Roman Cats

A Snooze at the Piramide

Neighbourhood Cat Shelter

Someone has gone to the trouble of building a little cat shelter on the sidewalk on our street. It is covered with black plastic, spotlessly clean and seems to be equipped with fresh bowls of food and water every day. I’m very intrigued as to who is tending to it but so far I’ve only seen a couple of cats taking advantage of this rather pleasant abode for a cat. On a recent visit to the Piramde, we saw a couple of huge cats like little baby lions. How did they get so fat? Well around the corner, at the base of the ruins was a little trolley with bowls of cat food and water.

Cat Banquet by Le Gattare

I guess all you cat lovers will know this but I was fascinated to find that there is an army of women (and some men) in Rome who go around feeding stray cats. They even have a name: Le Gattare or Cat Ladies. Apparently, there are 300,000 or so feral cats in Rome. Yet they all look sleek and well fed and one sees them indolently lying around the monuments. I have not yet seen a stray cat looking mangy or hungry. At Torre Argentina, the Roman ruins right in the middle of the city, there is a cat shelter where cats are treated and neutered, the females such that they still maintain their heat cycles so that the males are not tempted to go elsewhere for their pleasures! Money for this comes from public funds as well as from private donations. How did all this come about? Rome has a law whereby its illegal to euthanize a cat and a cat actually has the right to live where it was born. A 1991 biocultural heritage law declared that 5 or more cats living together in a natural urban environment cannot be moved or chased away.

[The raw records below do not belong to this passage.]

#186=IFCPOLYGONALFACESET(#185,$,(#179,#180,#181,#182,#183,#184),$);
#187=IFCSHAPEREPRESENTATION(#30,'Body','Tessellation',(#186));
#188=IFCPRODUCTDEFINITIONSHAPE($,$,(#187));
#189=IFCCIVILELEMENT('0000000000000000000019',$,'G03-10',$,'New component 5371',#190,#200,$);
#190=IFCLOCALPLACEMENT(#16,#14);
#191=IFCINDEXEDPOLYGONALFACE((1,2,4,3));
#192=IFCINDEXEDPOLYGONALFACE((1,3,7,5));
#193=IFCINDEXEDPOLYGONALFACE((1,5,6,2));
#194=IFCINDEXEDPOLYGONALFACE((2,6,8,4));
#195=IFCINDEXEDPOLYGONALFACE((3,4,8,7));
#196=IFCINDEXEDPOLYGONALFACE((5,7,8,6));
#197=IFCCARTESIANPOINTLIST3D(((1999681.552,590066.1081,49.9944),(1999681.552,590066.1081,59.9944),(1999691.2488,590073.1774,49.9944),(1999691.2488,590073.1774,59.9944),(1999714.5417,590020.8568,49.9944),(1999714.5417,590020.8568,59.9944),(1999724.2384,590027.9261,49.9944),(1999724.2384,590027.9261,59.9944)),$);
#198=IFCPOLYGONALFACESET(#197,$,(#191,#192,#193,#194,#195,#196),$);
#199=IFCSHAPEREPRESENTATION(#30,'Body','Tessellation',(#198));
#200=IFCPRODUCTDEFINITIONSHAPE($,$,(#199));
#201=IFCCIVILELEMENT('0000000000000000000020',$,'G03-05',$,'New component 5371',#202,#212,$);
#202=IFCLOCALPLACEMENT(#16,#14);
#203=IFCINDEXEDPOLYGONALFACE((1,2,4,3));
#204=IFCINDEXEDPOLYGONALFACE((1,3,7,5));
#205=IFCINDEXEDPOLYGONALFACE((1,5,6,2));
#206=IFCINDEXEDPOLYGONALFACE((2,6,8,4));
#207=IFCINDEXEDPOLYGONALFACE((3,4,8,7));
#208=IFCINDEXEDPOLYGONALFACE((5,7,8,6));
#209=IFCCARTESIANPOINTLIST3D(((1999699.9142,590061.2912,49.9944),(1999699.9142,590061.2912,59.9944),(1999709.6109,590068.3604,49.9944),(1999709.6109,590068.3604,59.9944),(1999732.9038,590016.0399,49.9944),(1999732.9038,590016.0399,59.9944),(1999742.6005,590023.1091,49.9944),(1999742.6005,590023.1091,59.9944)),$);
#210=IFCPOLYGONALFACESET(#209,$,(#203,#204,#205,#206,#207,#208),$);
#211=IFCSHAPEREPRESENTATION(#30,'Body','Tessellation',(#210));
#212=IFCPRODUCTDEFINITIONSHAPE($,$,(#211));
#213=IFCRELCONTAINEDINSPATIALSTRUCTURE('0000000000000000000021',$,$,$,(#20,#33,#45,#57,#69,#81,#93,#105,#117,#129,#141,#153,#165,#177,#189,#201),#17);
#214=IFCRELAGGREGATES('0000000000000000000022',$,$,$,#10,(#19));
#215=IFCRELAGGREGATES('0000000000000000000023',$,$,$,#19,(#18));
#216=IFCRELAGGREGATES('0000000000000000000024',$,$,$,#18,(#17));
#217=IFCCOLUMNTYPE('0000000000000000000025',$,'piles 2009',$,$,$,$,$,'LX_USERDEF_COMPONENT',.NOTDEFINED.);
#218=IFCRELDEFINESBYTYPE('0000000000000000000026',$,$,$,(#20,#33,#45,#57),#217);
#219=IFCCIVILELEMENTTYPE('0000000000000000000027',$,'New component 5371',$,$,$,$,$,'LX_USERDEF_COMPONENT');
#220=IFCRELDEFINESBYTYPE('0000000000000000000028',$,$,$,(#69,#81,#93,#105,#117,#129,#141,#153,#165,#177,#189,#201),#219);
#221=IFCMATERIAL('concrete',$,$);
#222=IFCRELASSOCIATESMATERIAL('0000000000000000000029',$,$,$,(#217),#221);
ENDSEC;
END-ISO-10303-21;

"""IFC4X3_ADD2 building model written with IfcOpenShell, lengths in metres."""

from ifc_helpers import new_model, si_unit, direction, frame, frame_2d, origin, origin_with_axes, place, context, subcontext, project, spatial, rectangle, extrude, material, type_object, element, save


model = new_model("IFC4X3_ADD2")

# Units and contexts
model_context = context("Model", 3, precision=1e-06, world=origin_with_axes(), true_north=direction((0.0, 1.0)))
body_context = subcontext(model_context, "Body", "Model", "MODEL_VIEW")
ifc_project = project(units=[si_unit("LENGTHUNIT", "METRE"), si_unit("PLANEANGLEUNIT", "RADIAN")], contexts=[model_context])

Vatican Museums: Egyptian Tomb Funerary Object

Cats in Rome and elsewhere actually originated in Egypt. As far back as 2 – 3,000 BC they were regarded as sacred animals. Funerary objects in Egyptians tombs often included bronze or stone carvings of cats. They became domesticated in Egypt and were used to keep down the rodent population in granaries and fields but were still regarded as sacred and the penalty for killing a cat even in 500 BC was death. After the fall of the Egyptian empire, they spread to Italy and other parts of the world in ships. They were instrumental in keeping the rat population under control in the city of Rome but somehow, in the Middle Ages, cats fell into disrepute. Pope Gregory IX around 1232, declared the cat to be a diabolical creature and the embodiment of the devil. Too bad as they might have kept the rat population down during the plague and Black Death! In Elizabethan England, people who owned cats were suspected of being witches and were sometimes burned at the stake together with their cats. I guess people finally came to their senses when they appreciated the importance of cats in keeping rodents at bay. ┬áPresent day cats are so well fed and pampered in many places that I’m not sure they would be any use catching mice, and of course nobody has mice in their homes do they?